A light dawned in me, illuminating what had been in shadow before. There are different ways for people to see their “original face”-to perceive their different callings in life. Hers was to shave her head to become a nun-perhaps a worldly nun who gathered large donations for charitable projects. Dai Nam’s karma was to taste bitter love, then become a recluse, far from this dusty world. And mine was to be awakened to the spirituality of this Ten Thousand Miles of Red Dust through the love and compassion of a man. All of us: Dai Nam, an ascetic nun meditating on a high mountain; Yi Kong, ambitiously gathering large donations and carrying out huge projects; Enlightened to Emptiness, who, though happy in the empty gate, knew she would never have the chance to love; or me, simply a woman in the world, about to be married and starting a career-we were just a few of the myriad sentient beings struggling with our own problems and striving for enlightenment in this unsatisfactory world.

As we continued walking, my thinking shifted. I no longer felt small in my teacher’s strong presence. Our karmas were about to diverge. Yes, Yi Kong had been my mentor and I would always respect her for that. But already the hold she’d had over me was weakening. Now I could feel sympathy for those parts of her life as a nun I’d only recently understood, like the need to attract donations from vulgar businessmen like Sunny Au. From there, my magnanimity continued to expand to the late Professor Fulton and his daughter Lisa, Philip Noble, even the taxi driver…

Feeling free, I smiled.

Yi Kong cast me a curious glance.

As if my hands were directed by some higher force, I snapped open my handbag, took out the brocade bag with the jade bracelet, and handed it to her. “Yi Kong Shifu, remember you said the temple welcomes any nice stone?” I slid the bracelet out from the bag. “Here’s my offering.”

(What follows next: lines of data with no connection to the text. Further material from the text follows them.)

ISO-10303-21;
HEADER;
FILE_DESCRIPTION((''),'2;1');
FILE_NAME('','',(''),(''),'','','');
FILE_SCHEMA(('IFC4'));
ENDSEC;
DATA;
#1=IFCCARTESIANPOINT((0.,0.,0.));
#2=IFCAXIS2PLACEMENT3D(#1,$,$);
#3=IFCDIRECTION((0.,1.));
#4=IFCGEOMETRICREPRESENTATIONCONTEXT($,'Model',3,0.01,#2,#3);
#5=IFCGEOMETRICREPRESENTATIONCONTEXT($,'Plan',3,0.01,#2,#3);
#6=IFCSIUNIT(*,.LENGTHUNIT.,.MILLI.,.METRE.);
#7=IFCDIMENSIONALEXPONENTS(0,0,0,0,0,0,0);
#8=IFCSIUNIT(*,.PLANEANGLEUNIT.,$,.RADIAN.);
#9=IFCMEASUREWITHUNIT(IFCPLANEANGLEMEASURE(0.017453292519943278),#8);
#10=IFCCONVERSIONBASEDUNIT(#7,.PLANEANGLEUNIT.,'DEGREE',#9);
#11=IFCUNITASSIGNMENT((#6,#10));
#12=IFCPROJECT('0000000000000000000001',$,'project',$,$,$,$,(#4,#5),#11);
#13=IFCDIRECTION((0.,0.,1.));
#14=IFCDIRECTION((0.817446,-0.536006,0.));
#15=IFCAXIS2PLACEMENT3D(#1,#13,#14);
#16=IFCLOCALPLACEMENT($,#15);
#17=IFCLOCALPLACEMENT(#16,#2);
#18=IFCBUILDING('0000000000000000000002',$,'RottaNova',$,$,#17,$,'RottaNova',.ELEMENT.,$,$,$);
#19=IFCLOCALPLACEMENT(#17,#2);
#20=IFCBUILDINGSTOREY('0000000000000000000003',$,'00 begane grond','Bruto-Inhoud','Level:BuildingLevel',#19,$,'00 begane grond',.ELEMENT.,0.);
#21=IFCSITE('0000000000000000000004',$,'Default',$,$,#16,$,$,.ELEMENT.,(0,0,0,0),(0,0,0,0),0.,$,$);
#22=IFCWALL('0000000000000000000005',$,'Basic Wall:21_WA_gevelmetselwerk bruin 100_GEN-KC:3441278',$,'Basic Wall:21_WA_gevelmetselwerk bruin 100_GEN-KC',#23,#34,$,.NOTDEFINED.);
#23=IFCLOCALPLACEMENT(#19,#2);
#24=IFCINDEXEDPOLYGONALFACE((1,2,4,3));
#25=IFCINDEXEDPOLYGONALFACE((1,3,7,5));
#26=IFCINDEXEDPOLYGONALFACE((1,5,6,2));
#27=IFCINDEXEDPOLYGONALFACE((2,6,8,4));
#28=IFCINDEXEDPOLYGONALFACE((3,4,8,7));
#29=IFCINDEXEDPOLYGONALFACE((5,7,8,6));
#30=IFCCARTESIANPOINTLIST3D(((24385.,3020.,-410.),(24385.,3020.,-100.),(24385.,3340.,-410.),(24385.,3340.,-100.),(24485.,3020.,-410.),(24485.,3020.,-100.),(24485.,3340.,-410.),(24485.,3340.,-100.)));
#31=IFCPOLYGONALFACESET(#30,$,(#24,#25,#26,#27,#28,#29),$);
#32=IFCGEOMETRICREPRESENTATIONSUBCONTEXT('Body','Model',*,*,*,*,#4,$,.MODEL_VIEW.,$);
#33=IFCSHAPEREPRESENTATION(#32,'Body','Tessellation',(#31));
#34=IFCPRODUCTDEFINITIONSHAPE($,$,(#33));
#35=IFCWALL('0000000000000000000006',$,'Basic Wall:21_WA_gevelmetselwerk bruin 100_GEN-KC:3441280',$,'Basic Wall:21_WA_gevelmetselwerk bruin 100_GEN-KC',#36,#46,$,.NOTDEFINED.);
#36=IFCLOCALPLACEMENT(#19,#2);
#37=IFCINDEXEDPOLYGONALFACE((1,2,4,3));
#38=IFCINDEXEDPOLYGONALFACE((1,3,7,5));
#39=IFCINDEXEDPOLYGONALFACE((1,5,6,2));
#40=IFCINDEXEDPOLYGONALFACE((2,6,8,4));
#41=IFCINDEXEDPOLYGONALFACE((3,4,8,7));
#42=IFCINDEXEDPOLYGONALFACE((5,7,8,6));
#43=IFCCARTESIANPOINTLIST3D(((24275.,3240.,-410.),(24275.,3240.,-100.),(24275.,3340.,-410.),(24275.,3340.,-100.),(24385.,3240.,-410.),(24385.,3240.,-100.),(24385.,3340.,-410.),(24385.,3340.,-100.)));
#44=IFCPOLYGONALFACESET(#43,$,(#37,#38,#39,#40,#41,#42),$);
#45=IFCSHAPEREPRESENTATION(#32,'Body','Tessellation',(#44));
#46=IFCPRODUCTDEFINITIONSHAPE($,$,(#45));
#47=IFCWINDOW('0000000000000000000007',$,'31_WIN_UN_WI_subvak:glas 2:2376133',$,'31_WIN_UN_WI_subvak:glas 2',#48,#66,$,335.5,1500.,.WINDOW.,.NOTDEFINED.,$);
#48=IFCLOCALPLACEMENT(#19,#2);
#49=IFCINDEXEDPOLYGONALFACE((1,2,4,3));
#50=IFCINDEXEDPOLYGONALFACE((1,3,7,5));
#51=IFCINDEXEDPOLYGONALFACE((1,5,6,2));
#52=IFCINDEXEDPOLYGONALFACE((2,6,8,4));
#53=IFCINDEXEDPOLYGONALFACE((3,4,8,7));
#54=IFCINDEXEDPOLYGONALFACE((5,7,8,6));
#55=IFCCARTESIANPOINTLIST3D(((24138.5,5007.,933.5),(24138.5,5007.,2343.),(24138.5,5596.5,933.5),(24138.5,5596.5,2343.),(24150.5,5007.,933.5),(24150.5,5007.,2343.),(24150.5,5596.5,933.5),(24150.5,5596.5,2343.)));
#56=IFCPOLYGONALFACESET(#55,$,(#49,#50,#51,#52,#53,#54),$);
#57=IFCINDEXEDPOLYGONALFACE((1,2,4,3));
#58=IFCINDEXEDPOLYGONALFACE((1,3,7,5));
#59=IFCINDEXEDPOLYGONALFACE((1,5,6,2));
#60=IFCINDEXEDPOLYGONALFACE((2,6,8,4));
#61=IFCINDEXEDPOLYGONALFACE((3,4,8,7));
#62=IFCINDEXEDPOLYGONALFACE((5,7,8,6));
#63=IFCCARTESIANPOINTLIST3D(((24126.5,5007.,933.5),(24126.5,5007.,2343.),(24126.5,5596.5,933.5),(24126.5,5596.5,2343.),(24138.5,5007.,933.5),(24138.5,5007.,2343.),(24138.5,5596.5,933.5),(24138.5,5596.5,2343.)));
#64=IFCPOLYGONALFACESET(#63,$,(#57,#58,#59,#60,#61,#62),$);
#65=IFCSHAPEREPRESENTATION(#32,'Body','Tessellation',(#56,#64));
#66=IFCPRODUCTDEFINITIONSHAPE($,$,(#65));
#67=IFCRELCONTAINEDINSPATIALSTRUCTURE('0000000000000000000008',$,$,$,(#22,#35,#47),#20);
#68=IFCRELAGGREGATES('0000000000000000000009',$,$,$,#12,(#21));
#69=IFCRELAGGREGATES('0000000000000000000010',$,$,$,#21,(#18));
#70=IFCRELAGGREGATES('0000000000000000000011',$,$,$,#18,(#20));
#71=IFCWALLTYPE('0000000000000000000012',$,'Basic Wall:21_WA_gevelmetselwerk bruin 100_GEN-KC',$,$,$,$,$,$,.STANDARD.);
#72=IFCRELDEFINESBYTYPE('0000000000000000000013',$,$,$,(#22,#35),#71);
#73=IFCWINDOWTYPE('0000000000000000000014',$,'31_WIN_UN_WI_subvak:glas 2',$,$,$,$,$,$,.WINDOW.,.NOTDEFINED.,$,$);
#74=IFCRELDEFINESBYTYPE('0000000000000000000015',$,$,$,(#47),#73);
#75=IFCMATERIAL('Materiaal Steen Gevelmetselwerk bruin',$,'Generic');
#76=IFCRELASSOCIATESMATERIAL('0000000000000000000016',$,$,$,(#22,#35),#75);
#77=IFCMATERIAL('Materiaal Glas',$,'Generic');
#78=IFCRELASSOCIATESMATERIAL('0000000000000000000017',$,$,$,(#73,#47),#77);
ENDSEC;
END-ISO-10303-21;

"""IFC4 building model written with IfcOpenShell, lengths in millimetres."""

from ifc_helpers import new_model, entity, si_unit, converted_unit, direction, frame, origin, place, context, subcontext, project, spatial, indexed_curve, outline, extrude, source, transform, mapped, material, type_object, type_shapes, element, save


model = new_model("IFC4")

# Units and contexts
model_context = context("Model", 3, precision=0.01, world=origin(), true_north=direction((0.0, 1.0)))
plan_context = context("Plan", 3, precision=0.01, world=origin(), true_north=direction((0.0, 1.0)))
body_context = subcontext(model_context, "Body", "Model", "MODEL_VIEW")
ifc_project = project(units=[si_unit("LENGTHUNIT", "METRE", prefix="MILLI"), converted_unit("PLANEANGLEUNIT", "DEGREE", entity("IfcPlaneAngleMeasure", 0.017453292519943278), si_unit("PLANEANGLEUNIT", "RADIAN"), dimensions=[0, 0, 0, 0, 0, 0, 0])], contexts=[model_context, plan_context])

# Site, building, storey
site_placement = place(None, frame((0.0, 0.0, 0.0), z_axis=(0.0, 0.0, 1.0), x_axis=(0.817446, -0.536006, 0.0)))
site = spatial("IfcSite", under=ifc_project, at=site_placement, Name="Default", CompositionType="ELEMENT", RefLatitude=(0, 0, 0, 0), RefLongitude=(0, 0, 0, 0), RefElevation=0.0)
building_placement = place(site_placement, origin())
building = spatial("IfcBuilding", under=site, at=building_placement, Name="RottaNova", LongName="RottaNova", CompositionType="ELEMENT")
storey_placement = place(building_placement, origin())
storey = spatial("IfcBuildingStorey", under=building, at=storey_placement, Name="00 begane grond", Description="Bruto-Inhoud", ObjectType="Level:BuildingLevel", LongName="00 begane grond", CompositionType="ELEMENT", Elevation=0.0)

# Shared definitions
ifc_material_1 = material(Name="Materiaal Glas", Category="Generic")

# Walls
ifc_material_2 = material(Name="Materiaal Steen Gevelmetselwerk bruin", Category="Generic")
wall_type_1 = type_object("IfcWallType", Name="Basic Wall:21_WA_gevelmetselwerk bruin 100_GEN-KC", PredefinedType="STANDARD")
wall_1_placement = place(storey_placement, frame((24435.0, 3340.0, -410.0), z_axis=(0.0, 0.0, 1.0), x_axis=(0.0, -1.0, 0.0)))
element("IfcWall", 1, at=wall_1_placement, inside=storey, type_object=wall_type_1, material=ifc_material_2, Name="Basic Wall:21_WA_gevelmetselwerk bruin 100_GEN-KC:3441278", ObjectType="Basic Wall:21_WA_gevelmetselwerk bruin 100_GEN-KC", PredefinedType="NOTDEFINED", context=body_context, shape_type="SweptSolid", body=[
    extrude(outline(indexed_curve([(320.0, 50.0), (0.0, 50.0), (0.0, -50.0), (320.0, -50.0), (320.0, 50.0)], self_intersect=False)), origin(), (0.0, 0.0, 1.0), 310.0),
])
wall_2_placement = place(storey_placement, frame((24385.0, 3290.0, -410.0), z_axis=(0.0, 0.0, 1.0), x_axis=(-1.0, 0.0, 0.0)))
element("IfcWall", 2, at=wall_2_placement, inside=storey, type_object=wall_type_1, material=ifc_material_2, Name="Basic Wall:21_WA_gevelmetselwerk bruin 100_GEN-KC:3441280", ObjectType="Basic Wall:21_WA_gevelmetselwerk bruin 100_GEN-KC", PredefinedType="NOTDEFINED", context=body_context, shape_type="SweptSolid", body=[
    extrude(outline(indexed_curve([(110.0, 50.0), (0.0, 50.0), (0.0, -50.0), (110.0, -50.0), (110.0, 50.0)], self_intersect=False)), origin(), (0.0, 0.0, 1.0), 310.0),
])

# Window
window_type = type_object("IfcWindowType", Name="31_WIN_UN_WI_subvak:glas 2", PartitioningType="NOTDEFINED", PredefinedType="WINDOW", material=ifc_material_1)
shared_shape_1 = source(origin(), body_context, "Body", "SweptSolid", [
    extrude(outline(indexed_curve([(-6.0, -294.7), (6.0, -294.7), (6.0, 294.7), (-6.0, 294.7), (-6.0, -294.7)], self_intersect=False)), frame((0.0, 6.0, 0.0), z_axis=(0.0, 0.0, 1.0), x_axis=(0.0, -1.0, 0.0)), (0.0, 0.0, 1.0), 1409.5),
    extrude(outline(indexed_curve([(-6.0, -294.8), (6.0, -294.8), (6.0, 294.8), (-6.0, 294.8), (-6.0, -294.8)], self_intersect=False)), frame((0.0, -6.0, 0.0), z_axis=(0.0, 0.0, 1.0), x_axis=(0.0, -1.0, 0.0)), (0.0, 0.0, 1.0), 1409.5),
])
type_shapes(window_type, [shared_shape_1])
window_1_placement = place(storey_placement, frame((24138.5, 5301.7, 933.5), z_axis=(0.0, 0.0, 1.0), x_axis=(0.0, -1.0, 0.0)))
element("IfcWindow", 3, at=window_1_placement, inside=storey, type_object=window_type, material=ifc_material_1, Name="31_WIN_UN_WI_subvak:glas 2:2376133", ObjectType="31_WIN_UN_WI_subvak:glas 2", OverallHeight=335.5, OverallWidth=1500.0, PartitioningType="NOTDEFINED", PredefinedType="WINDOW", context=body_context, shape_type="MappedRepresentation", body=[
    mapped(shared_shape_1, transform((0.0, 0.0, 0.0), scale=1.0)),
])

save(model, "model.ifc")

But Yi Kong didn’t take it; she didn’t even look at it. “Meng Ning, please go to the general office for any business related to a donation.”

Embarrassed, I dropped the bracelet back into my pocketbook. Then, trying to fill the awkward silence, I asked, “Shifu, what’s the title of this mural?”

“Ten Thousand Miles of Red Dust.” She turned to face me and placed her hands together. “A Mi Tuo Fo,” she said, and was gone.

I had just given the jade bracelet to Enlightened to Emptiness and she was studying it like a little girl given a Barbie. “Thank you so much, Miss Du; it’s very generous of you to donate this.”

“You’re welcome.”

“Nan Mo A Mi Tuo Fo,” Hail to the Merciful Buddha, the novice said as she walked me to the door.

I made a deep bow to her and she bowed back. After that, I stepped through the door into the courtyard, which led to the stone garden.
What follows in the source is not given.